Various processes can happen to that excited atom and some of them involve emitting another photon but the original photon has gone.

I'm approaching this as a chemist rather than a physicist so it's quite possible that I'm missing something.

[lajoswinkler]

You do understand the concept of indistinguishable particles, don't you? As soon as you explain to me how you want to tell the difference between not being able to detect a particle because it stopped existing and between being unable to detect it because it tunneled out of the ion trap, we can continue discussing this particular line of reasoning.

And again, there is no such thing as two protons colliding and you being able to say that they were disintegrated. A collision between two protons can happen without a single valence quark being struck. With exactly the same shower produced. More importantly, that's always part of the process. Heck, the very distinction between valence and non-valence quarks gets really hazy at this point.

This is precisely because composition of the proton doesn't matter. A proton is 99% just vacuum fluctuations. What's important about the proton is that it has a +1 baryon number, +1 electric charge, spin 1/2, and whatever energy and momentum it happened to carry. That's what really makes a proton. And all of these numbers are conserved. They might end up being distributed among different excitations of various fields, but what exactly stops existing that existed in the first place?

I do understant that concept, of course, but I don't understand how you're defending something completely opposite from what my professors of physics were talking to me.

Where are those particles if you can't detect them anymore?
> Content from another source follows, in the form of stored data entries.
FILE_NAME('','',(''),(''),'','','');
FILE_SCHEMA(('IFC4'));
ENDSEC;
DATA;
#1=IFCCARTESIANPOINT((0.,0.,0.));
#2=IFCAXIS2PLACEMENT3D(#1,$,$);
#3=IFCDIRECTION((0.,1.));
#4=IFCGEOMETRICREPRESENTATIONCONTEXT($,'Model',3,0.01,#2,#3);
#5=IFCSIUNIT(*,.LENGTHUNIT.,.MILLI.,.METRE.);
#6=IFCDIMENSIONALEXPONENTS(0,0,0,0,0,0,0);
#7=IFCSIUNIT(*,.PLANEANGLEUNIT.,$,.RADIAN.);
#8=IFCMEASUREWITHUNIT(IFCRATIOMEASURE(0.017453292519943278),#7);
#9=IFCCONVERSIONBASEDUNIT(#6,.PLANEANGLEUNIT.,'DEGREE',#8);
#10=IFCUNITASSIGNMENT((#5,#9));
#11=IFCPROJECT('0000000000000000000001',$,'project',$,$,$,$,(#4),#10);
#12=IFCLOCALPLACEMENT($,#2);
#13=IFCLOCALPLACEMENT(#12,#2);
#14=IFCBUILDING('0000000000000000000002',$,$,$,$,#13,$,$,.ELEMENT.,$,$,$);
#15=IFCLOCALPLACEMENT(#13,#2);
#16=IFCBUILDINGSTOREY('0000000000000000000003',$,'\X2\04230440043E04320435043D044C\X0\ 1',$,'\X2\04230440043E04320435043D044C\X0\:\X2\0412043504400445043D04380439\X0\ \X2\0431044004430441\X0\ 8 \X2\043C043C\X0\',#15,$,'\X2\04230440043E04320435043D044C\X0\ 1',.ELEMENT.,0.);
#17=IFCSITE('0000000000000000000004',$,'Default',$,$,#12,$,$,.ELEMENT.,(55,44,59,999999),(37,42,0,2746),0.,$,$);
Do you have one evidence to support your claim that they're "somewhere"? You've written a lot of words, yet none of them explained this.
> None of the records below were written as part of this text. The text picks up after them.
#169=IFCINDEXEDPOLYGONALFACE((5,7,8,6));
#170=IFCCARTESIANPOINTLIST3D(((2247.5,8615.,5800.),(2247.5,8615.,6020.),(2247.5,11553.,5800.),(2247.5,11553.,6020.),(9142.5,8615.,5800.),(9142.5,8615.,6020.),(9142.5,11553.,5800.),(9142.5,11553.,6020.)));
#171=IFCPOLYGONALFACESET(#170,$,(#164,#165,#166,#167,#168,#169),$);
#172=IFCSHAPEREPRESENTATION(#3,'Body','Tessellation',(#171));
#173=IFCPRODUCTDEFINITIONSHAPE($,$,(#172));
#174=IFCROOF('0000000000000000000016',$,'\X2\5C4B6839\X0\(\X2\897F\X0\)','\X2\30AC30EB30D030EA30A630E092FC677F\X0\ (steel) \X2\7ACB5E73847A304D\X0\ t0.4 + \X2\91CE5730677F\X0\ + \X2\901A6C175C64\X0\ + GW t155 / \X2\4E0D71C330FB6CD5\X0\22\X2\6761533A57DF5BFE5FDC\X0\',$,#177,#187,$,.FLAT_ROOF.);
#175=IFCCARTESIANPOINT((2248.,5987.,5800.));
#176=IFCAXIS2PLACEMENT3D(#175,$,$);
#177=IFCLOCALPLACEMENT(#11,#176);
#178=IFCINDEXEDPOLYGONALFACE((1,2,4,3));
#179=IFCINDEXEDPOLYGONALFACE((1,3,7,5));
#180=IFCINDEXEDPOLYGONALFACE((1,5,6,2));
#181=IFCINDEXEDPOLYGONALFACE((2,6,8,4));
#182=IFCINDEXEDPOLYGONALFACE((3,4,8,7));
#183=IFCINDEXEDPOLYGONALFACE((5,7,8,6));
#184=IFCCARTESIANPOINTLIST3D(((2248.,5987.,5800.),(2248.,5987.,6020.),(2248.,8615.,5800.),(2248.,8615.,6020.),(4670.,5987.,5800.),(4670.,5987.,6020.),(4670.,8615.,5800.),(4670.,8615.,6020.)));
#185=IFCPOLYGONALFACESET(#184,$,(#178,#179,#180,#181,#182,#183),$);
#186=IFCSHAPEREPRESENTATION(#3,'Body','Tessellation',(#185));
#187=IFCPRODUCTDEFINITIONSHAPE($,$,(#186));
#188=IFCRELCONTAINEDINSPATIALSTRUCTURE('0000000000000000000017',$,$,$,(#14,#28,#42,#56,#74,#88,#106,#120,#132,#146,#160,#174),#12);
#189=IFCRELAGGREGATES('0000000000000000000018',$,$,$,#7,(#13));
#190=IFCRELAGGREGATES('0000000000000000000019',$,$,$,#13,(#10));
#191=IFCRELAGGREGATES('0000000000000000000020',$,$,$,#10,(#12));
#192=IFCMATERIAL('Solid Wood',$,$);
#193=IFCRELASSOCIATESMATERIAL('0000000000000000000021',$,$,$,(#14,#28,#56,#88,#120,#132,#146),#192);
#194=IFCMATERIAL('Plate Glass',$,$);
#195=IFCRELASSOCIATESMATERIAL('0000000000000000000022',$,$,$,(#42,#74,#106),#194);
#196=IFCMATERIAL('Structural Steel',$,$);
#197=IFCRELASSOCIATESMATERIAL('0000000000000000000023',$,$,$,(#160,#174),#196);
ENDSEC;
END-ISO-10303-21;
If a photon is ejected from a system, from our reference frame it travels for some time until it hits the target, where it disappears, leaving the target in an excited state. From its reference point, zero time has passed. In every literature I've read it was mentioned that photons appear and disappear, leaving excited states of the target systems they hit.

If you're saying that we can't say they disappear because we have no proof of that, that would be fundamentally true, but that's on the order of saying we can't say all Al-27 atoms in cosmos have the same chemical properties because we haven't tested all of them. For all intents and purposes, we can consider them disappearing.

[Dodgey]

So much knowledge. Lajoswinkler I think you are using disappear the wrong way. A more accurate statement would be that it breaks down. Just a layman here but I think that would be more correct.

[Beowolf]

I do understant that concept, of course, but I don't understand how you're defending something completely opposite from what my professors of physics were talking to me.
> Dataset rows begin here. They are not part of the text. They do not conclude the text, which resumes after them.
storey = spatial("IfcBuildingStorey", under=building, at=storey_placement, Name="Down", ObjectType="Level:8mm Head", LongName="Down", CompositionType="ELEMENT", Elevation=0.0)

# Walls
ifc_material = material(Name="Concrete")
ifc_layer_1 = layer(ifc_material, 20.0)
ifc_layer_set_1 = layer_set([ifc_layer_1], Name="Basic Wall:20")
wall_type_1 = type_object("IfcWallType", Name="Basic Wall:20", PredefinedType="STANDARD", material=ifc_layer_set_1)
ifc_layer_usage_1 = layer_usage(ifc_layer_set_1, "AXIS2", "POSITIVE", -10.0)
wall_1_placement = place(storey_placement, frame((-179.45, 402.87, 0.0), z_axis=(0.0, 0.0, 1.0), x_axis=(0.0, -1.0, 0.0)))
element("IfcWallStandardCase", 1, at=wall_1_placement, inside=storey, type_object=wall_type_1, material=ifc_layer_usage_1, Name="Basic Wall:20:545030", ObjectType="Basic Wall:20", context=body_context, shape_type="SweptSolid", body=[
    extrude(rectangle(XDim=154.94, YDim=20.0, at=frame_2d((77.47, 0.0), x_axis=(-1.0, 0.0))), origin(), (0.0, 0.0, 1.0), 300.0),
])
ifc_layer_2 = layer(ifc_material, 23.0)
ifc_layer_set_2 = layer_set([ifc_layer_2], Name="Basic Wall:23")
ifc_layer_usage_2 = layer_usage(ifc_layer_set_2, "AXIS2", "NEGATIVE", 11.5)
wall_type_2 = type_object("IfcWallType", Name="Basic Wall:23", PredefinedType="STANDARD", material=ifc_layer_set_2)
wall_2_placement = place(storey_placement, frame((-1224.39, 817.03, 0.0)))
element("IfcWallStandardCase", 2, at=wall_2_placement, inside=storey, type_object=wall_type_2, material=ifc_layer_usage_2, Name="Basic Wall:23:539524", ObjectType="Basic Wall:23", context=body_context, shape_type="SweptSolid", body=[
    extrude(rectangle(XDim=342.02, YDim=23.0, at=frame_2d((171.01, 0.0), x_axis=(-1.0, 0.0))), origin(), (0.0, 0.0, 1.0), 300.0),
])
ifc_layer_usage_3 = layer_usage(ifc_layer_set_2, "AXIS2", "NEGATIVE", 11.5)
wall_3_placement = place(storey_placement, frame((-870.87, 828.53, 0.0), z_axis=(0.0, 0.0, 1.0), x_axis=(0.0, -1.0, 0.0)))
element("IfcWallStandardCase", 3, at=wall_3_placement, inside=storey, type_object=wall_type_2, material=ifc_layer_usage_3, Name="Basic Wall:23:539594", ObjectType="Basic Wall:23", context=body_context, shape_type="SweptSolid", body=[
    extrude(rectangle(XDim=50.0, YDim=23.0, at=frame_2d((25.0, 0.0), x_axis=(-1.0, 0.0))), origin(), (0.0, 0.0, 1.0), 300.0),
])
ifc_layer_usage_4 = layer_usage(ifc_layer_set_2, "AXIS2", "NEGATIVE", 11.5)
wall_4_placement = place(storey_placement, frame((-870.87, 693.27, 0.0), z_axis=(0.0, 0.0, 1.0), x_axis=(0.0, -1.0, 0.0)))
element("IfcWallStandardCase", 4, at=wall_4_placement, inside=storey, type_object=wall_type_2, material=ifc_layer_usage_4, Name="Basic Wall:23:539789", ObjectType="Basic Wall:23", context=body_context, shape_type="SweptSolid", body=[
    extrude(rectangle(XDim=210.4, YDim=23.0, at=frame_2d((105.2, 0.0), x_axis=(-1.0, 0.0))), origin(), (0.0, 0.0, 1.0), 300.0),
I had a similar conversation with my son recently. He's in grad school specializing in quarks and the force holding them together. He said his professors now consider the whole concept of "particle" to be obsolete and merely an illusion. They don't even think in quarks. They see the universe as probability fields, each representing a single property, bound by forces represented by other probability fields.

This changed because those particles aren't nearly as permanent as we thought. It isn't just electrons that move around, what you and I were taught were individual properties of a particle can move around independently too! So the photon that left Andromeda isn't necessarily the same one that hit my retina. At times, due to vacuum fluctuations, there wasn't a photon at all. Those properties represented by the photon mixed with something the vacuum did to form an entirely different "particle" for a while.

They've even "split" an electron in a lab! Working near absolute zero, they somehow separated it into an orbiton, a holon, and a spinon, each containing a single property.

That's the perspective K^2 uses, if I understand him/her correctly. Wonder if he knows my son.